Raginsheep is absolutely right. French people are paying way more for an orange than they need to. If they imported oranges from cheaper producers, the French people would save lots in the long run. And they can then spend the saved money on other things.
But in relation to the general topic....
It's not a matter of "caring" about poverty - no one cares about what you care about. The real question is, what obligations do we have and why we aren't meeting those obligations.
No doubt, many of you will have already pointed out one of the major contributors of third world debt was irresponsible lending by commercial banks and western governments in the 1970s; interests rates then spiralled causing debts to spiral upward as well.
Australia at the Monterrey Consensus and at numerous other UN platforms agreed reach a target of 0.7% of GNI as official development assistance (ODA). So far it manages a measly 0.35%. Denmark, Luxembourg, Netherlands, Norway and Sweden have all reached 0.7%, and many other European countries have timetabled 0.7% by 2015.
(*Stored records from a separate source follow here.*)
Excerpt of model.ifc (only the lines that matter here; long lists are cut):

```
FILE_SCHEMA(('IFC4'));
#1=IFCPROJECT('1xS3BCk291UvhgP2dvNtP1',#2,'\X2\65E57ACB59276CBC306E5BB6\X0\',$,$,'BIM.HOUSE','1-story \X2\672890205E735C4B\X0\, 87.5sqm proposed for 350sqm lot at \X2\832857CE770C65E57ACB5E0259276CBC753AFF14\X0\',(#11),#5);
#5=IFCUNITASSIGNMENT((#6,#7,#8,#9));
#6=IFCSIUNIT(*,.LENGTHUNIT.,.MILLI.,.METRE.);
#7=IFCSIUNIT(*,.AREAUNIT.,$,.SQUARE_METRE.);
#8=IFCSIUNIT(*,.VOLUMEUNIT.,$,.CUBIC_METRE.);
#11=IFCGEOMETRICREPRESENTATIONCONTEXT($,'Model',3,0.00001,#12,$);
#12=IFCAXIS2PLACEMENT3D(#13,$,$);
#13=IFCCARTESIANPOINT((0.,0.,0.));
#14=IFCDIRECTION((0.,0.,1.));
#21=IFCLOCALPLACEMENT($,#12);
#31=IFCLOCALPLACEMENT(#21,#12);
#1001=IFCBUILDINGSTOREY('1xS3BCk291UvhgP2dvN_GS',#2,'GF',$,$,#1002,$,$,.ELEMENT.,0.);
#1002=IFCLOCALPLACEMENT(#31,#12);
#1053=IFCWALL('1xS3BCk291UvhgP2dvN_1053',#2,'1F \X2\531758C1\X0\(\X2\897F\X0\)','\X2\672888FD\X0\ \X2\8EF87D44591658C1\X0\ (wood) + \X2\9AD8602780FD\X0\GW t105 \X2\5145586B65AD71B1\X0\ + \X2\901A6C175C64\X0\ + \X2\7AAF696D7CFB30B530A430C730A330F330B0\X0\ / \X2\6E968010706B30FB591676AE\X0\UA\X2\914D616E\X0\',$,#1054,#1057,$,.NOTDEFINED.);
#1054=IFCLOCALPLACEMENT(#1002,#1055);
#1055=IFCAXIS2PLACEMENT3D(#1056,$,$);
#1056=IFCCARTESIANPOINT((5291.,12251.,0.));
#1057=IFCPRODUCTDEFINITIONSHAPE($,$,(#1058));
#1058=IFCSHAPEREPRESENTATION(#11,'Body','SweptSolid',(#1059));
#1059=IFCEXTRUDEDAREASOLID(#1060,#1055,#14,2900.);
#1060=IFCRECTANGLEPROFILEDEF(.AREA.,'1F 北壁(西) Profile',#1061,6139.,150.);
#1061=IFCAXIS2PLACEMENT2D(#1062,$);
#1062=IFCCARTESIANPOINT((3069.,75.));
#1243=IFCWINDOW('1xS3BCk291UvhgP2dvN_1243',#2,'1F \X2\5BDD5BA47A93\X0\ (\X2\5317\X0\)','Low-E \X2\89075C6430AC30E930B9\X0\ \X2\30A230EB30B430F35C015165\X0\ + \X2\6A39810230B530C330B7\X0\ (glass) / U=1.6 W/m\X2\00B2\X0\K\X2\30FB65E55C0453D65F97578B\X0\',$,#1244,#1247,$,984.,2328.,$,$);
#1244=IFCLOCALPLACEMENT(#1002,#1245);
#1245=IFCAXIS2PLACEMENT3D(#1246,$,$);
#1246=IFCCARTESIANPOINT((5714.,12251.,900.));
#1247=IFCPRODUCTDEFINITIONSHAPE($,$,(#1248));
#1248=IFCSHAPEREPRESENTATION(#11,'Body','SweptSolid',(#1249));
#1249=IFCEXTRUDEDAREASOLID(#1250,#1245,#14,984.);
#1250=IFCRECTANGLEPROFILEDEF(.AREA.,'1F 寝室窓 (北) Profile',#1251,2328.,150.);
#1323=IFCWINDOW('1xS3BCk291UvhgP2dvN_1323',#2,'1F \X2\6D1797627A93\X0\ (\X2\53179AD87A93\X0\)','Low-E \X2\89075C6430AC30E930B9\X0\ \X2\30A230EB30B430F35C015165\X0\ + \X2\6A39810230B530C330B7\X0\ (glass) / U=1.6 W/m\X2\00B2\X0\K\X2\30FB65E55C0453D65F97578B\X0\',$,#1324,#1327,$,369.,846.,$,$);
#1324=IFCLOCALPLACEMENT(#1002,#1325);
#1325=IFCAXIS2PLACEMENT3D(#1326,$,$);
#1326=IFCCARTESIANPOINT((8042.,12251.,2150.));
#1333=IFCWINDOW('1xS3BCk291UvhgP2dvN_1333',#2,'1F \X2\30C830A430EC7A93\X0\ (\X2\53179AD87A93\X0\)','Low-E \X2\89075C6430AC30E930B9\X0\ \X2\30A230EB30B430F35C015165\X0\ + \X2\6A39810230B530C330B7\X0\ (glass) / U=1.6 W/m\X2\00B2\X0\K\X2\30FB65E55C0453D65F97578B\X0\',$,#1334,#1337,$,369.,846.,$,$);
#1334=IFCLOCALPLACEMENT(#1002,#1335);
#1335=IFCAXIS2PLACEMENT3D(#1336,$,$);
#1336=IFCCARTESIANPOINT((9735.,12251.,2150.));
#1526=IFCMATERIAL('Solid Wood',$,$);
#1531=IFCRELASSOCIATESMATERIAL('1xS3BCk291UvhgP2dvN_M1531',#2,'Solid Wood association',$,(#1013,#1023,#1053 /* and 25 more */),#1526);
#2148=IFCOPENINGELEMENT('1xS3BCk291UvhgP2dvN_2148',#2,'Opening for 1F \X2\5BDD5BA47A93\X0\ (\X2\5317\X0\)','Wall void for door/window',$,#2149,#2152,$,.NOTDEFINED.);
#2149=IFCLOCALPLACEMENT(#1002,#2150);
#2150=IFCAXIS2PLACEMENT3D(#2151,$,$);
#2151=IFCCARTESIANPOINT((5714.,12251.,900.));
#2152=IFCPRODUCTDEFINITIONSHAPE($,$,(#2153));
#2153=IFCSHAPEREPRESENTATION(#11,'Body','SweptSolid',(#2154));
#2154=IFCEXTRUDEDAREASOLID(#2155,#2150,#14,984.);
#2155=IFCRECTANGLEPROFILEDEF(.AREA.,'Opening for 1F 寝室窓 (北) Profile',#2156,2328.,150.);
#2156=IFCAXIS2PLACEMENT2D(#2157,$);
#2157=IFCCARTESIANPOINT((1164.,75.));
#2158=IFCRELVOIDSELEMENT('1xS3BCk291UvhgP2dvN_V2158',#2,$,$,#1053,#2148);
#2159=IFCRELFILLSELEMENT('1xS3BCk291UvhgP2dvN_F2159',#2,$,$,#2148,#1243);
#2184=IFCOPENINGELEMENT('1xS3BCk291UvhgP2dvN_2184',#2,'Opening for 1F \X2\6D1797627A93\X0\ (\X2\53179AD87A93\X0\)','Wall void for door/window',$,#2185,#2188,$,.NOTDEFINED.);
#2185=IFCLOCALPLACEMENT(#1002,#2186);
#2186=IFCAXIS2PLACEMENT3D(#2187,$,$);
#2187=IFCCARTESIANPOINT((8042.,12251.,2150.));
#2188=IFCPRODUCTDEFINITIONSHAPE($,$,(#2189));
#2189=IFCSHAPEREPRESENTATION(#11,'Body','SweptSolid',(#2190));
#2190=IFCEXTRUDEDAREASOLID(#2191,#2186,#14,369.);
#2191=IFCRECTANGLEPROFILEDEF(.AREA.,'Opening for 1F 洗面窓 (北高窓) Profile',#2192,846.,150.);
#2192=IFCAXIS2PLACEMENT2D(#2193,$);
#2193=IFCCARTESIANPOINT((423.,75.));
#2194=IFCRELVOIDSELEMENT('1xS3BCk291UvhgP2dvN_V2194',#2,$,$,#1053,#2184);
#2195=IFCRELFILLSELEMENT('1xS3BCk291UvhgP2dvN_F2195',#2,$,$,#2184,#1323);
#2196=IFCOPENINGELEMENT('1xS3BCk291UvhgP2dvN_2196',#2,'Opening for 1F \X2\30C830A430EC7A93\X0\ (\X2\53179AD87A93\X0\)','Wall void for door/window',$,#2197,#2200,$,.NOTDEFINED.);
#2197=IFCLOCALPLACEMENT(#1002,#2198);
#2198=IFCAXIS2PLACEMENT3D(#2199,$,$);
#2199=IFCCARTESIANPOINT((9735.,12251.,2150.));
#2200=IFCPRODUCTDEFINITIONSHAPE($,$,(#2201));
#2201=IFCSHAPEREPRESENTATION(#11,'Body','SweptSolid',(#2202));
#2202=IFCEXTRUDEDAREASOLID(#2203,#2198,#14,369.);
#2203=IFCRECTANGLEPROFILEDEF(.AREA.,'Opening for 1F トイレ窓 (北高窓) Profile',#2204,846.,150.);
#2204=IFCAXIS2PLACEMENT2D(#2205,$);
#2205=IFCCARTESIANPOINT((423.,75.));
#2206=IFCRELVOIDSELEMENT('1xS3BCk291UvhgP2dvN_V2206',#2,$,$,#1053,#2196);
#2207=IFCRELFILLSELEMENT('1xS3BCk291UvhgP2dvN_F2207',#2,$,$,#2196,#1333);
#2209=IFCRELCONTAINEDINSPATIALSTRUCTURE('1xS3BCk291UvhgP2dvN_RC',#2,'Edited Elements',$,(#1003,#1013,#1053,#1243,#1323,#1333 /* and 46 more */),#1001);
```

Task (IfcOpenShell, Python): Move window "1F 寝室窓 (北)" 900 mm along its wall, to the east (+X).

```python
import ifcopenshell
import ifcopenshell.api.geometry
import ifcopenshell.util.placement
import ifcopenshell.util.unit

model = ifcopenshell.open("model.ifc")
unit_scale = ifcopenshell.util.unit.calculate_unit_scale(model)

window = model.by_guid("1xS3BCk291UvhgP2dvN_1243")
opening = window.FillsVoids[0].RelatingOpeningElement
wall = opening.VoidsElements[0].RelatingBuildingElement

wall_matrix = ifcopenshell.util.placement.get_local_placement(wall.ObjectPlacement)
shift = wall_matrix[:3, 0] * 0.9 / unit_scale
before = ifcopenshell.util.placement.get_local_placement(window.ObjectPlacement)[:3, 3].copy()

# The window is not placed relative to its opening, so move both.
for product in (opening, window):
    matrix = ifcopenshell.util.placement.get_local_placement(product.ObjectPlacement)
    matrix[:3, 3] += shift
    ifcopenshell.api.geometry.edit_object_placement(model, product=product, matrix=matrix, is_si=False)

after = ifcopenshell.util.placement.get_local_placement(window.ObjectPlacement)[:3, 3]
print("window moved by", (after - before).round(3) + 0.0)

model.write("model-out.ifc")
```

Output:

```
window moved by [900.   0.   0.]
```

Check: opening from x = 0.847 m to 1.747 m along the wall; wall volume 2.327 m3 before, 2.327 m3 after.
Australia ranks 19 out of 22 OECD countries in the level of ODA it gives.
I, personally, find that highly embarrassing. Australia's foreign image really suffers as a result.
For those who aren't bleeding hearts, poverty is a pragmatic problem as well. Social unrest, unstable markets, breeding ground for terrorism (debatable) all come to mind.
If you're into business and investments, you'd be a whole lot richer if people in developing countries were wealthy too.